You seem to think that if someone says they thought about trying veg'n but all the extremists drove them away are lying.
I may not have totally converted anyone (ASAIK), but I have gotten many who have felt that way to eat veg'n a whole lot more, after they had completely turned to think it was a stupid idea
See, I don't actually believe that the extremists put people off veganism (because nobody makes important life decisions based solely on the attitudes of random activists they encounter primarily on the Internet), but at the same time I don't think they do any good. It's more of an annoyance, I think, to those of us who are already vegan. I find myself rolling my eyes so hard it's almost painful whenever I hear someone wish death or misery upon meat eaters. It's dishonest at best, sociopathic at worst, and just plain misguided all around.
09-07-2015 06:18 AM
silva
Quote:
Originally Posted by Necter View Post
we need to pass laws that put meat eaters in jail.
You mean that hypothetical "we". The hypothetical "if 90% of the world were vegan instead of 1%"

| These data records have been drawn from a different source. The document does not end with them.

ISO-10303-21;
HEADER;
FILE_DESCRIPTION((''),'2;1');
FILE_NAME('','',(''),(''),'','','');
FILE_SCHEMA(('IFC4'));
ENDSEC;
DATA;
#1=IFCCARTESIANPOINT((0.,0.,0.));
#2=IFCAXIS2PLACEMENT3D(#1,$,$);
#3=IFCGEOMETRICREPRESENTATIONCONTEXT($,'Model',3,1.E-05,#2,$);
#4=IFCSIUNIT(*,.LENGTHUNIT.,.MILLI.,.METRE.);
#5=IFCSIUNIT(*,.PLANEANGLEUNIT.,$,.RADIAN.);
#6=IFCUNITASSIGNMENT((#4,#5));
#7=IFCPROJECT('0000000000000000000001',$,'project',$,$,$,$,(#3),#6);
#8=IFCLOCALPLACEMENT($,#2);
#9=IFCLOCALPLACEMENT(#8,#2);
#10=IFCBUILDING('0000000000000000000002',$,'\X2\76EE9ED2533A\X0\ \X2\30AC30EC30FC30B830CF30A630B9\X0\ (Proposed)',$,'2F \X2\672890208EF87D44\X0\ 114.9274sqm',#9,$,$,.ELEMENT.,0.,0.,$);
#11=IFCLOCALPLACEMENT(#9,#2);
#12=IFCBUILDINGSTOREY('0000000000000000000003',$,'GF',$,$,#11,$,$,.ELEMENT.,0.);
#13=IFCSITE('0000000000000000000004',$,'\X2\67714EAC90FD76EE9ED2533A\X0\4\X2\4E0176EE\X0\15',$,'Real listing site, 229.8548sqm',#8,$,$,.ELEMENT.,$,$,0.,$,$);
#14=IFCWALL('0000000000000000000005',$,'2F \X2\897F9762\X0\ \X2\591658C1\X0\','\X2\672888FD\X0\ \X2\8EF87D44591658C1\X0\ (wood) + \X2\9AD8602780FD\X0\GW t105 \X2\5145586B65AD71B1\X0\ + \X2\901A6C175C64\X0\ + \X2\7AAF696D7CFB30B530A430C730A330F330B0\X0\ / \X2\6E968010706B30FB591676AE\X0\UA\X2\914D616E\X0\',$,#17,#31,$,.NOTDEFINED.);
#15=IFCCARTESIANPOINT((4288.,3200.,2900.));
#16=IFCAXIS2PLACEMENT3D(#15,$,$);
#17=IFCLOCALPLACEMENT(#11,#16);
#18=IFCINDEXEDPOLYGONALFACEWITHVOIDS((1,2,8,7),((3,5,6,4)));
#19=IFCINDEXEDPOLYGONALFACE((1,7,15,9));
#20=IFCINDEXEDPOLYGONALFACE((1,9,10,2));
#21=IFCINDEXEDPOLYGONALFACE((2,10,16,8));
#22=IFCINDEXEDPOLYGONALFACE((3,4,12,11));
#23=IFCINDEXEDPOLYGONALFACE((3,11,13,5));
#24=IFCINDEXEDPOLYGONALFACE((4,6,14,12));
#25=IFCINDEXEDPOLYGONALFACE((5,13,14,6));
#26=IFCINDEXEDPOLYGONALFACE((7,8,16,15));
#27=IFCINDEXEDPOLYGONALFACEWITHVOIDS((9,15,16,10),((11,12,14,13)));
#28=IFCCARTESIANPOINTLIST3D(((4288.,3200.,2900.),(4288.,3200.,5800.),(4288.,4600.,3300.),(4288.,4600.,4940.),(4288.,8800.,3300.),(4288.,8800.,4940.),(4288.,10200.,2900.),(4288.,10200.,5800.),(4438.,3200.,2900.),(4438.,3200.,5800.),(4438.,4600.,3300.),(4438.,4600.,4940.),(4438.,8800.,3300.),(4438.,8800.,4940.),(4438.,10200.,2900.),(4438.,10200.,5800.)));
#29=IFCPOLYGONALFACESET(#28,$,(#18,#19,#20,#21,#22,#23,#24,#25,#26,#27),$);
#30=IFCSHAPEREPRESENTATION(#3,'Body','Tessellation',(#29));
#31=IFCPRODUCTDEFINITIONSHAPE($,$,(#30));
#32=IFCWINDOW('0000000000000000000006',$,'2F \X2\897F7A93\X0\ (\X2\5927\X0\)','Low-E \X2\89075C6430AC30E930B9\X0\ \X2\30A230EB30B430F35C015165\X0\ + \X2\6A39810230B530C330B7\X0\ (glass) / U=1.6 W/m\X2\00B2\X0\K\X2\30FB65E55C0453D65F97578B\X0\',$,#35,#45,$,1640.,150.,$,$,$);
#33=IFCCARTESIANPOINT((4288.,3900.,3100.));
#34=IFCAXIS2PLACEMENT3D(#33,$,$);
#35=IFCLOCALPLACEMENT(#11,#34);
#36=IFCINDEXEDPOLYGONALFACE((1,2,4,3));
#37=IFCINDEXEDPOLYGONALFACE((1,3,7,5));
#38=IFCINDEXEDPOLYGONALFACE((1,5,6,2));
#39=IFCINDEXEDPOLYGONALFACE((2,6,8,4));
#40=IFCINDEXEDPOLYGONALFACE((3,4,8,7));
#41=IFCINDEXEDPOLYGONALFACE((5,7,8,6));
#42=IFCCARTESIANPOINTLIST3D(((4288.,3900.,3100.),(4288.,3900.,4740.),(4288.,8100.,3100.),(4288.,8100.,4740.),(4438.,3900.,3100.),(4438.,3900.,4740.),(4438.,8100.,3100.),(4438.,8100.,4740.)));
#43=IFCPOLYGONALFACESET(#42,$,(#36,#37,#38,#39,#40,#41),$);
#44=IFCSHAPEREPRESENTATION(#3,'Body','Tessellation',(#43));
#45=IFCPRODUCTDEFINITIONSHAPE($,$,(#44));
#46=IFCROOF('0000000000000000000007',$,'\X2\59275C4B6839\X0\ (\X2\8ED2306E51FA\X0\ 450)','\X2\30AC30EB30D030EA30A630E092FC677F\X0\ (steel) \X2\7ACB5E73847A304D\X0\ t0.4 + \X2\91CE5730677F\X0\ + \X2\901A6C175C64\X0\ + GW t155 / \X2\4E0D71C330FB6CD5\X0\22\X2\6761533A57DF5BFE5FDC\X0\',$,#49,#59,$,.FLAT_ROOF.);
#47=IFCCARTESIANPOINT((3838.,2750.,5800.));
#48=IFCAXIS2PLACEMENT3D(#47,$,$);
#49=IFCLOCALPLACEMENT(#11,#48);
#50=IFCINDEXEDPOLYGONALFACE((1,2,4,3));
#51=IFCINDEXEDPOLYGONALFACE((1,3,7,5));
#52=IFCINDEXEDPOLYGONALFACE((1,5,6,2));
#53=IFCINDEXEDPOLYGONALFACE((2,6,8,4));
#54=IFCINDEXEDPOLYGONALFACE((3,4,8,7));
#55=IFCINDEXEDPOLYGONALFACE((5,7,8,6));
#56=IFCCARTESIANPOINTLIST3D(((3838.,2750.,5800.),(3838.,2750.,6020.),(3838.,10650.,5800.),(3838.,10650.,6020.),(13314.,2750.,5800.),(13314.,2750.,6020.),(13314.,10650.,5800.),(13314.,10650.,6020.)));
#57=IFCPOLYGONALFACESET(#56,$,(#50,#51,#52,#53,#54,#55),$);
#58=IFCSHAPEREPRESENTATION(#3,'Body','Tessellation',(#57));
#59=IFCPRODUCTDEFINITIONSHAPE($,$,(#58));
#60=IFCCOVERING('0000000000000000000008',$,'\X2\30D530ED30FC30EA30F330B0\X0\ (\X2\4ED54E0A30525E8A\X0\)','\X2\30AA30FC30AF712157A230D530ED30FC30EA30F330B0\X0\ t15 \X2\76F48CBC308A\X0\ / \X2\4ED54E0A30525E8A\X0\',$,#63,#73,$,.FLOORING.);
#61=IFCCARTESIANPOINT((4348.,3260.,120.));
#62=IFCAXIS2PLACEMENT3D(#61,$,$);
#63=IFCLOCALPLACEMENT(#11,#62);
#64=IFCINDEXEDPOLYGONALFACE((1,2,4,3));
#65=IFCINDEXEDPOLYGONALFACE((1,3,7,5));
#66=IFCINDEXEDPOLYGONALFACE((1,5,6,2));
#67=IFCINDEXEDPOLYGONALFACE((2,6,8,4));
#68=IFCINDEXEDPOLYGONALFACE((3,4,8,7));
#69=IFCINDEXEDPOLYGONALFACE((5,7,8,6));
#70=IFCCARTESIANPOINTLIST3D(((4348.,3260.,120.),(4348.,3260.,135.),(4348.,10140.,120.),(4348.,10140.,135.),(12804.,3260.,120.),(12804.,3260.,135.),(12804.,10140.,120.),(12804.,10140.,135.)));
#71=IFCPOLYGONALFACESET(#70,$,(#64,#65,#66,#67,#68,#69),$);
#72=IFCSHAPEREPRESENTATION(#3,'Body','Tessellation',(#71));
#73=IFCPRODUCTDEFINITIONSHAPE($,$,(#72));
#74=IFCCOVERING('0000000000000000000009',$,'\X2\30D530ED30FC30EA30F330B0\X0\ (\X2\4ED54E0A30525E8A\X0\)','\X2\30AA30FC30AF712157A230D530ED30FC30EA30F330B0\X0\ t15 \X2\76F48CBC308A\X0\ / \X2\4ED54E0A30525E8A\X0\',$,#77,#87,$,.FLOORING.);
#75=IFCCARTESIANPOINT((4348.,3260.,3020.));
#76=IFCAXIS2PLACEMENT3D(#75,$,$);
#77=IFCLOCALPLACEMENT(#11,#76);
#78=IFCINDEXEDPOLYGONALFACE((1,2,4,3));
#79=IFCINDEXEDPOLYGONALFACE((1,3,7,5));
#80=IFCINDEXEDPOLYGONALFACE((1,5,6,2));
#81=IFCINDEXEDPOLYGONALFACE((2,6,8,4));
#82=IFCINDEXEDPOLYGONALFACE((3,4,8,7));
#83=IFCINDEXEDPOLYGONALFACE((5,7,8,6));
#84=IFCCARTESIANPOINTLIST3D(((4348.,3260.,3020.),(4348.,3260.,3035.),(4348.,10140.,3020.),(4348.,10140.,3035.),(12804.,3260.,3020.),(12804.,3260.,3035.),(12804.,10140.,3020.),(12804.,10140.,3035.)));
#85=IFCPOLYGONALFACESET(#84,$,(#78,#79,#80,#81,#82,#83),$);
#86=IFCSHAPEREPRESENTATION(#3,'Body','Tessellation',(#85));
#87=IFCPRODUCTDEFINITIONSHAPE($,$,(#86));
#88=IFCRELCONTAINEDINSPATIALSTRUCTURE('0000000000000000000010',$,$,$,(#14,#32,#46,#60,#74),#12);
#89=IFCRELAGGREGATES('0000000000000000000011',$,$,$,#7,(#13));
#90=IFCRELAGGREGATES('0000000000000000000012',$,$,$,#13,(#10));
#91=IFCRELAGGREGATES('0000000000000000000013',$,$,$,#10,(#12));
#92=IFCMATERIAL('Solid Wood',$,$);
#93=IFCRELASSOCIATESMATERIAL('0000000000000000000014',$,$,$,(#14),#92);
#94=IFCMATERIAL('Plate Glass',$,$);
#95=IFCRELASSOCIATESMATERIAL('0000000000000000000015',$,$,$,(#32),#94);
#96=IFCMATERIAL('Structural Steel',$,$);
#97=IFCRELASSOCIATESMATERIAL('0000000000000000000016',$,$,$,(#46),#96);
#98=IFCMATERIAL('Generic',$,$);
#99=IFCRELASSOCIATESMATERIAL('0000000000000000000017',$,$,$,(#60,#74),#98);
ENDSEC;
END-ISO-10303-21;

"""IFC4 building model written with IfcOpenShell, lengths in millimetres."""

from ifc_helpers import new_model, si_unit, frame, frame_2d, origin, place, context, project, spatial, rectangle, extrude, material, element, fill, save


model = new_model("IFC4")

# Units and contexts
model_context = context("Model", 3, precision=1e-05, world=origin())
ifc_project = project(units=[si_unit("LENGTHUNIT", "METRE", prefix="MILLI"), si_unit("PLANEANGLEUNIT", "RADIAN")], contexts=[model_context])

# Site, building, storey
site_placement = place(None, origin())
site = spatial("IfcSite", under=ifc_project, at=site_placement, Name="東京都目黒区4丁目15", ObjectType="Real listing site, 229.8548sqm", CompositionType="ELEMENT", RefElevation=0.0)
building_placement = place(site_placement, origin())
building = spatial("IfcBuilding", under=site, at=building_placement, Name="目黒区 ガレージハウス (Proposed)", ObjectType="2F 木造軸組 114.9274sqm", CompositionType="ELEMENT", ElevationOfRefHeight=0.0, ElevationOfTerrain=0.0)
storey_placement = place(building_placement, origin())
storey = spatial("IfcBuildingStorey", under=building, at=storey_placement, Name="GF", CompositionType="ELEMENT", Elevation=0.0)

# Shared definitions
ifc_material_1 = material(Name="Solid Wood")

# Shared definitions
ifc_material_2 = material(Name="Plate Glass")

# Wall, opening, window
wall_1_placement = place(storey_placement, frame((4288.0, 3200.0, 2900.0)))
wall_1 = element("IfcWall", 1, at=wall_1_placement, inside=storey, material=ifc_material_1, Name="2F 西面 外壁", Description="木製 軸組外壁 (wood) + 高性能GW t105 充填断熱 + 通気層 + 窯業系サイディング / 準耐火・外皮UA配慮", PredefinedType="NOTDEFINED", context=model_context, shape_type="SweptSolid", body=[
    extrude(rectangle(XDim=150.0, YDim=7000.0, at=frame_2d((75.0, 3500.0))), frame((4288.0, 3200.0, 2900.0)), (0.0, 0.0, 1.0), 2900.0),
])
opening_1_placement = place(storey_placement, frame((4288.0, 3900.0, 3100.0)))
opening_1 = element("IfcOpeningElement", 2, at=opening_1_placement, cuts=wall_1, PredefinedType="NOTDEFINED", context=model_context, shape_type="SweptSolid", body=[
    extrude(rectangle(XDim=150.0, YDim=4200.0, at=frame_2d((75.0, 2100.0))), frame((4288.0, 3900.0, 3100.0)), (0.0, 0.0, 1.0), 1640.0),
])
window_1_placement = place(storey_placement, frame((4288.0, 3900.0, 3100.0)))
window_1 = element("IfcWindow", 3, at=window_1_placement, inside=storey, material=ifc_material_2, Name="2F 西窓 (大)", Description="Low-E 複層ガラス アルゴン封入 + 樹脂サッシ (glass) / U=1.6 W/m²K・日射取得型", OverallHeight=1640.0, OverallWidth=150.0, context=model_context, shape_type="SweptSolid", body=[
    extrude(rectangle(XDim=150.0, YDim=4200.0, at=frame_2d((75.0, 2100.0))), frame((4288.0, 3900.0, 3100.0)), (0.0, 0.0, 1.0), 1640.0),
])
fill(opening_1, window_1)

# Roof
ifc_material_3 = material(Name="Structural Steel")
roof_placement = place(storey_placement, frame((3838.0, 2750.0, 5800.0)))
element("IfcRoof", 4, at=roof_placement, inside=storey, material=ifc_material_3, Name="大屋根 (軒の出 450)", Description="ガルバリウム鋼板 (steel) 立平葺き t0.4 + 野地板 + 通気層 + GW t155 / 不燃・法22条区域対応", PredefinedType="FLAT_ROOF", context=model_context, shape_type="SweptSolid", body=[
    extrude(rectangle(XDim=9476.0, YDim=7900.0, at=frame_2d((4738.0, 3950.0))), frame((3838.0, 2750.0, 5800.0)), (0.0, 0.0, 1.0), 220.0),
])

# Coverings
ifc_material_4 = material(Name="Generic")
covering_1_placement = place(storey_placement, frame((4348.0, 3260.0, 120.0)))
element("IfcCovering", 5, at=covering_1_placement, inside=storey, material=ifc_material_4, Name="フローリング (仕上げ床)", Description="オーク無垢フローリング t15 直貼り / 仕上げ床", PredefinedType="FLOORING", context=model_context, shape_type="SweptSolid", body=[
    extrude(rectangle(XDim=8456.0, YDim=6880.0, at=frame_2d((4228.0, 3440.0))), frame((4348.0, 3260.0, 120.0)), (0.0, 0.0, 1.0), 15.0),
])
covering_2_placement = place(storey_placement, frame((4348.0, 3260.0, 3020.0)))
element("IfcCovering", 6, at=covering_2_placement, inside=storey, material=ifc_material_4, Name="フローリング (仕上げ床)", Description="オーク無垢フローリング t15 直貼り / 仕上げ床", PredefinedType="FLOORING", context=model_context, shape_type="SweptSolid", body=[
    extrude(rectangle(XDim=8456.0, YDim=6880.0, at=frame_2d((4228.0, 3440.0))), frame((4348.0, 3260.0, 3020.0)), (0.0, 0.0, 1.0), 15.0),
])

save(model, "model.ifc")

That line of thinking threatens the existing 1%
How about we strive to make being vegan seem obtainable and beneficial instead?

You seem to think that if someone says they thought about trying veg'n but all the extremists drove them away are lying.
I may not have totally converted anyone (ASAIK), but I have gotten many who have felt that way to eat veg'n a whole lot more, after they had completely turned to think it was a stupid idea
09-07-2015 05:44 AM
LedBoots Yes, I don't think jail is the answer, even if there were enough cells to go around. Besides, give the government power like that, and you never know what you end up with.

09-07-2015 04:40 AM
no whey jose
Quote:
Originally Posted by Necter View Post
agree to disagree but if this is a vegan forum ...

cannot believe the complacency and tolerance for murder here
Nobody here condones animal slaughter, but if you genuinely believe that sending innocent people to jail for eating meat is a viable and just solution, you will find yourself in the minority.